Millwork and net zero: Back to the future

Material considerations

Wind catchers were used to channel airflows in the ancient times. Photo © BigStockPhoto.com
Wind catchers were used to channel airflows in the ancient times.
Photo © BigStockPhoto.com

Architectural millwork uses a wide variety of materials for both cores and finishes. One thing these materials share is they expand and contract in response to temperature and/or RH. Wood-based materials, including solid lumber, wood veneers, and engineered wood cores, all move primarily in response to changes in moisture content. Alternatively, solid surface materials, metal laminates, and synthetic stone materials move in response to temperature, but are not affected by RH. Contrary to expectation, high-pressure laminates respond primarily to RH, like wood products.

Core materials are typically engineered wood products. Particleboard, medium-density fiberboard (MDF), and veneer core plywood are all typical cores for casework and paneling. Each has its own strengths and weaknesses. Veneer core plywood is the most dimensionally stable; the longitudinal fibers of the veneer layers move the least with changes in moisture content. However, plywood is more likely to warp than other engineered cores. For this reason, the North American Architectural Woodwork Standards (NAAWS) recommends against its use in doors. It is suitable for other applications (The North American Architectural Woodwork Standards [NAAWS] is a joint publication of the Woodwork Institute [WI] and the Architectural Woodwork Manufacturers Association of Canada [AWMAC]).

MDF and particleboard show more change in dimension than plywood. The NAAWS calls out an allowance for movement of 0.0039 x linear dimension for movement. This may sound like a small number, but consider a standard 1 x 2-m (4 x 8-ft) panel. The potential movement on the long axis calculates to 9.5 mm (3/8 in.). It is not a big factor in smaller pieces, but in a larger fabrication like an expanse of paneling, it becomes important.

Face materials have their own characteristics. High-pressure laminates expand and contract about half as much as MDF or particleboard. Low-pressure laminates do not have significant tensile strength, and typically move with the core material. Therefore, it is important to have balanced panel construction in cabinets and millwork. If a panel has high-pressure laminate on one side, and low-pressure laminate or nothing at all on the other side, it is almost certain to warp when RH changes. Wood veneers behave like high-pressure laminates, but they are more rigid parallel to the grain than across the grain. Their strength is in tension, not compression. There is potential for buckling or cracking to occur if there are large changes in conditions.

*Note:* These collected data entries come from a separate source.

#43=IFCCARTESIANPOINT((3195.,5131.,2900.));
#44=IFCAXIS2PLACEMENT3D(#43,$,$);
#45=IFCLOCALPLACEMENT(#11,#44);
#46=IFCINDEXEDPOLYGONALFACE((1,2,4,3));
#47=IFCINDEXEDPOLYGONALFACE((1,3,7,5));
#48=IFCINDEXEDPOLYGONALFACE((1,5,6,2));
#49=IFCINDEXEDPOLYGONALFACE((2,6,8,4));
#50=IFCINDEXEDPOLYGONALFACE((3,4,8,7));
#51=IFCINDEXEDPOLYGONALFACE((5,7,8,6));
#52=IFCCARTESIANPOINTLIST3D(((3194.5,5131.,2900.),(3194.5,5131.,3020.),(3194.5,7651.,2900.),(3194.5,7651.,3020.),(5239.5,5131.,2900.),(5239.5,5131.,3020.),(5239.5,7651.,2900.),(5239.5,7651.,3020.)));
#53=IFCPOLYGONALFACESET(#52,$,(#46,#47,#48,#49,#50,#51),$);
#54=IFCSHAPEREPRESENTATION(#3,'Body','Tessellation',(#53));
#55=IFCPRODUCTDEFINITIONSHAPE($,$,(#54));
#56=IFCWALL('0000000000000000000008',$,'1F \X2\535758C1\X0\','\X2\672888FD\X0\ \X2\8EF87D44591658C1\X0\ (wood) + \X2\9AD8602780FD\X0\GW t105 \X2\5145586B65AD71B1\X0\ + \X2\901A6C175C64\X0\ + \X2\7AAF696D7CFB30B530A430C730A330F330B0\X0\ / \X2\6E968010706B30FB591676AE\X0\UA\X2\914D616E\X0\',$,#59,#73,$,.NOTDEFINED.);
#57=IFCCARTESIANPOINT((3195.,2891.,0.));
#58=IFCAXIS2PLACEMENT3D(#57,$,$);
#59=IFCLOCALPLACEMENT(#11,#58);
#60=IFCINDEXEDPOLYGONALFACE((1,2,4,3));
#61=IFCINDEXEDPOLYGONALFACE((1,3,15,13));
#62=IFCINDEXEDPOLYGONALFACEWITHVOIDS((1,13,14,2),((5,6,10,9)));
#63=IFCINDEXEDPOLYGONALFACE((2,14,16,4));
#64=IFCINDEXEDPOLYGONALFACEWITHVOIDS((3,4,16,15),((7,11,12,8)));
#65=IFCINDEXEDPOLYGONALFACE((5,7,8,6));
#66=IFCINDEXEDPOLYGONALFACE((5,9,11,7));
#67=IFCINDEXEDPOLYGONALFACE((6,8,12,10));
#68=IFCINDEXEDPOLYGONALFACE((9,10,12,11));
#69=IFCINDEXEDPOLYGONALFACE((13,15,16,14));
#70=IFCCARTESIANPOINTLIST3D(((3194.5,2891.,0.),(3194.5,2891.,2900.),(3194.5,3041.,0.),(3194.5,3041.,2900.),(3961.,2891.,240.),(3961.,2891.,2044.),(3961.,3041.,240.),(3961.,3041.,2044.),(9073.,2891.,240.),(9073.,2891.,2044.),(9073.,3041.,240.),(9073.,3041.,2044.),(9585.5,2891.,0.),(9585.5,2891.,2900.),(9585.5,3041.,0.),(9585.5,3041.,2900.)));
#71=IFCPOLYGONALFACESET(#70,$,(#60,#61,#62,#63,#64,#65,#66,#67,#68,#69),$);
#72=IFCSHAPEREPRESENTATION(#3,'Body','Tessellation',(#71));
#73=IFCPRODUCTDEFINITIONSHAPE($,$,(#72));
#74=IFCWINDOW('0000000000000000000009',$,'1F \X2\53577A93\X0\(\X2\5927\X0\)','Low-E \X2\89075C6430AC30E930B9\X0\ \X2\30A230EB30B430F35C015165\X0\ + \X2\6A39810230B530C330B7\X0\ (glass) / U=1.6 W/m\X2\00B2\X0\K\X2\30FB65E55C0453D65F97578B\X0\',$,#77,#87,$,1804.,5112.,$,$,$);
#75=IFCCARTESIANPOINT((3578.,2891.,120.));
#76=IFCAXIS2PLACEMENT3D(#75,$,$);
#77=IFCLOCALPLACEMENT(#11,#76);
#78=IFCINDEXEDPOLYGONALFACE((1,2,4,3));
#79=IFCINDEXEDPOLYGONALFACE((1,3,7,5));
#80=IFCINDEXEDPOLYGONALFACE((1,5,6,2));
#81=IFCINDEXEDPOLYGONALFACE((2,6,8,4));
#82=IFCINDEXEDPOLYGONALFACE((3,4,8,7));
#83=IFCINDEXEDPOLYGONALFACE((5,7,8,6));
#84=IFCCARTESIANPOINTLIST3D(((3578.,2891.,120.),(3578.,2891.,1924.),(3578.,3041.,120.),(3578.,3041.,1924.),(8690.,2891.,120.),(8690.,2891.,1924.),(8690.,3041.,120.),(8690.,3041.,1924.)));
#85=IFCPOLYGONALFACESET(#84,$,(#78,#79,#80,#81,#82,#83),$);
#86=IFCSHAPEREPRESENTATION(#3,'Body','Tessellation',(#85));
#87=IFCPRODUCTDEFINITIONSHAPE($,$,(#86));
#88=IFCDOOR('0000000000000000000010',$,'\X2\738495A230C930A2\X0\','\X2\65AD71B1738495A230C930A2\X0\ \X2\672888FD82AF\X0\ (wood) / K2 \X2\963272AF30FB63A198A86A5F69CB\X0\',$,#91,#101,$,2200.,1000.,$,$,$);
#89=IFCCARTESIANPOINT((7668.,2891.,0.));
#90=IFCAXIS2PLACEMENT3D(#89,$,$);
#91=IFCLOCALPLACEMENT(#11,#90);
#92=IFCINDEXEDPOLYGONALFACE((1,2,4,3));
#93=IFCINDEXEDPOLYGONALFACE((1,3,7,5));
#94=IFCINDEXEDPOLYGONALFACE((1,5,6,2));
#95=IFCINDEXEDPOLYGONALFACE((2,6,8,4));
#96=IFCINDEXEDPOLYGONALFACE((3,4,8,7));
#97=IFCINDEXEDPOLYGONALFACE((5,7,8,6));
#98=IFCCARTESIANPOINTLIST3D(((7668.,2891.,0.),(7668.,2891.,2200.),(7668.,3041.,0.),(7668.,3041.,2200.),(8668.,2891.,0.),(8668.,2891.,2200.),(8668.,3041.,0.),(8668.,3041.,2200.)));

The longitudinal fibers of the veneer core plywood move the least with changes in moisture content. Photo courtesy Woodwork Institute
The longitudinal fibers of the veneer core plywood move the least with changes in moisture content.
Photo courtesy Woodwork Institute

Solid metal laminates are different. They are one layer of metal, typically aluminum, copper, or brass. This metal layer may have thin, low-pressure laminate backer or no backer at all and differ from metal laminates using a thin metal face bonded to a traditional high-pressure laminate backer. Solid metal laminates respond to changes in temperature, but not to differences in RH. If there is a long run in one direction, coupled with a change in RH, there can be serious problems. The use of these materials should be carefully considered, as they are best in situations with minimal swings in temperature and humidity.

Solid surface materials (filled cast polymeric resin panels) respond to temperature and are unaffected by humidity. They are most often used for countertops, but larger and more complex fabrications are becoming common. Manufacturers recommend 3-mm (1/8-in.) gaps at joints to walls to allow for movement, with flexible caulking to fill gaps.

Hardwood or softwood lumber is typically used in trim, including running trim (base, crown, casings) and built-up items like grill work, sash, and stile and rail doors. Solid stock movement is more complex; movement is anisotropic, with different percentages of movement with the grain (longitudinal), parallel to the growth rings (tangential) and perpendicular to the growth rings (radial). Longitudinal movement is small and can usually be disregarded, but parallel to the growth rings, it can be significant. For example, an ash board 304 mm (12 in.) wide would expand by 4.2 mm (5/32 in.) when going from 5 to 10 percent moisture content. Designs must allow for this movement to avoid problems.